▸ TASK ITEM: Each line of the entries that mentions the string "changed" needs to be reported.

(Collected data)
*** Begin section ***
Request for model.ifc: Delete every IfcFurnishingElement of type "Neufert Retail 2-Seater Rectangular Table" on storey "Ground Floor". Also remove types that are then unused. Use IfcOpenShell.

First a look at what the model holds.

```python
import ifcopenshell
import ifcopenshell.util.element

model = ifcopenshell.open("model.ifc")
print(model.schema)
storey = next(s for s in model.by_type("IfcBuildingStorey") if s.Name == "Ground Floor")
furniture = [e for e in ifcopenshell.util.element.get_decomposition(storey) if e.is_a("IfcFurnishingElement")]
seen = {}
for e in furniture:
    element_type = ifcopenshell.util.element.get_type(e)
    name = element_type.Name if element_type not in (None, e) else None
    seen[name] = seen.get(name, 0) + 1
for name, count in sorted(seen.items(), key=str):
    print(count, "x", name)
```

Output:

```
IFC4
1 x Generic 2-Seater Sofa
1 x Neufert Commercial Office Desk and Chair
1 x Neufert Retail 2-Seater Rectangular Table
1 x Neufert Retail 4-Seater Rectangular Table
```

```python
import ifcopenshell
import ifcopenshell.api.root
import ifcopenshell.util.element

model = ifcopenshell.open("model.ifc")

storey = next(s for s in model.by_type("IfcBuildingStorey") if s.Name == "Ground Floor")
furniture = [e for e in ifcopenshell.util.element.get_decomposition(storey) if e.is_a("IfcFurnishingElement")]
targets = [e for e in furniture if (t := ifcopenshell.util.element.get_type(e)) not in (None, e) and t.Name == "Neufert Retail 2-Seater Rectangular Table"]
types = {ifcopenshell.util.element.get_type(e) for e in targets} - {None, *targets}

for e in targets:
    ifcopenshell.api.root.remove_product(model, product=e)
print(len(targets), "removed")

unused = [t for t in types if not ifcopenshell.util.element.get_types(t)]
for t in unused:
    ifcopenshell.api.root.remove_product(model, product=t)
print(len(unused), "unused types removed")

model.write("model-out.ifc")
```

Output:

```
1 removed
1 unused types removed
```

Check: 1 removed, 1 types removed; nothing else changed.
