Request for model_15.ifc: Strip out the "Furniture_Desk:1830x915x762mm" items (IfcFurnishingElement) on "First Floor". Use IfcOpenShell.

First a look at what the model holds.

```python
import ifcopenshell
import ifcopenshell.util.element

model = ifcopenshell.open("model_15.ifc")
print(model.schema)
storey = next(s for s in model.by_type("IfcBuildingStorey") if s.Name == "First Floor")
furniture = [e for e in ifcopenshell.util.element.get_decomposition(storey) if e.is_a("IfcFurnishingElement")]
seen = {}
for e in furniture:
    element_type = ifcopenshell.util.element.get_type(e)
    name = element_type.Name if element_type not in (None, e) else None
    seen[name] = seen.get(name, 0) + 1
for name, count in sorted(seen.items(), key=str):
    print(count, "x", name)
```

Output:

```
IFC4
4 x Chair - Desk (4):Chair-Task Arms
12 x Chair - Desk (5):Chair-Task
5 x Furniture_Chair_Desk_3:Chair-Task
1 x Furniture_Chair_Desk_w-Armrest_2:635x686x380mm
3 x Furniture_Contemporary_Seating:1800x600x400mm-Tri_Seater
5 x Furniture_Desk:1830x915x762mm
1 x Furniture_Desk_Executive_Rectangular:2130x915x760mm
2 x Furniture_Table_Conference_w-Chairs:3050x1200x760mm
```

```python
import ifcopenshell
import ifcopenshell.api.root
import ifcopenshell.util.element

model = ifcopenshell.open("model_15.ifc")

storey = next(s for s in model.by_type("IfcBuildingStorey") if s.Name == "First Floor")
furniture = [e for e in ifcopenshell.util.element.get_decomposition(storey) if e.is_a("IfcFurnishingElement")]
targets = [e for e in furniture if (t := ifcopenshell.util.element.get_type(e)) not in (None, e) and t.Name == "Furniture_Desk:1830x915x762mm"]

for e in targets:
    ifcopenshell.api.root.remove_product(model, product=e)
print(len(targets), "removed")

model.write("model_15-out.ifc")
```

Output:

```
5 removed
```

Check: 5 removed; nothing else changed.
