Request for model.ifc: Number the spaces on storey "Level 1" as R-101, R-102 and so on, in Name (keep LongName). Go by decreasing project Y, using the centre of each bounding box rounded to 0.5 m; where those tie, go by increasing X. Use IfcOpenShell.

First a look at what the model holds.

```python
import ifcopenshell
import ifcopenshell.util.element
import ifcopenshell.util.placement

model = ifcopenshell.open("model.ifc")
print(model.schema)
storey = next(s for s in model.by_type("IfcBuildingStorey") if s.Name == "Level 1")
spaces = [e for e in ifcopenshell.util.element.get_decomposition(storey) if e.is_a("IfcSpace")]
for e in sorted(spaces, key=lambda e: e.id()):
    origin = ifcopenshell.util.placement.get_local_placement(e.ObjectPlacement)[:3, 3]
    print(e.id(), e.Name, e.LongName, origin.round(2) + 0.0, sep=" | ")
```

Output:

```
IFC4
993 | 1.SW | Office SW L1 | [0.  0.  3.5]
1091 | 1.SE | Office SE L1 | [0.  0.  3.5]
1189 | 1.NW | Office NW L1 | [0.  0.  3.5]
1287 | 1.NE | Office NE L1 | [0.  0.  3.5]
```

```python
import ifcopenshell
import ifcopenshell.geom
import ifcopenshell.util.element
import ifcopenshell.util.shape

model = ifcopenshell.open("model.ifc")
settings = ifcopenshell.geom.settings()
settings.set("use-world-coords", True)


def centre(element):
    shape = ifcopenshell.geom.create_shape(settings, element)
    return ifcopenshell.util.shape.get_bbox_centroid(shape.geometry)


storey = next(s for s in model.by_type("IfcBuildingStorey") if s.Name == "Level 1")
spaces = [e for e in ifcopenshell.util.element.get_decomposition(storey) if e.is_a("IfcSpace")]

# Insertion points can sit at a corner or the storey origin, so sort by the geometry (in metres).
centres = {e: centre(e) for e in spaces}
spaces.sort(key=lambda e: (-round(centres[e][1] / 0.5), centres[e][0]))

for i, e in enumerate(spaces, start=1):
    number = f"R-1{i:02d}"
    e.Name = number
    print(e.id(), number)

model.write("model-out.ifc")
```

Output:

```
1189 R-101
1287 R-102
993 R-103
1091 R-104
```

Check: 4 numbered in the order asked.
*** End section ***
▸ EXERCISE OUTPUT:
Check: 1 removed, 1 types removed; nothing else changed.
Check: 5 removed; nothing else changed.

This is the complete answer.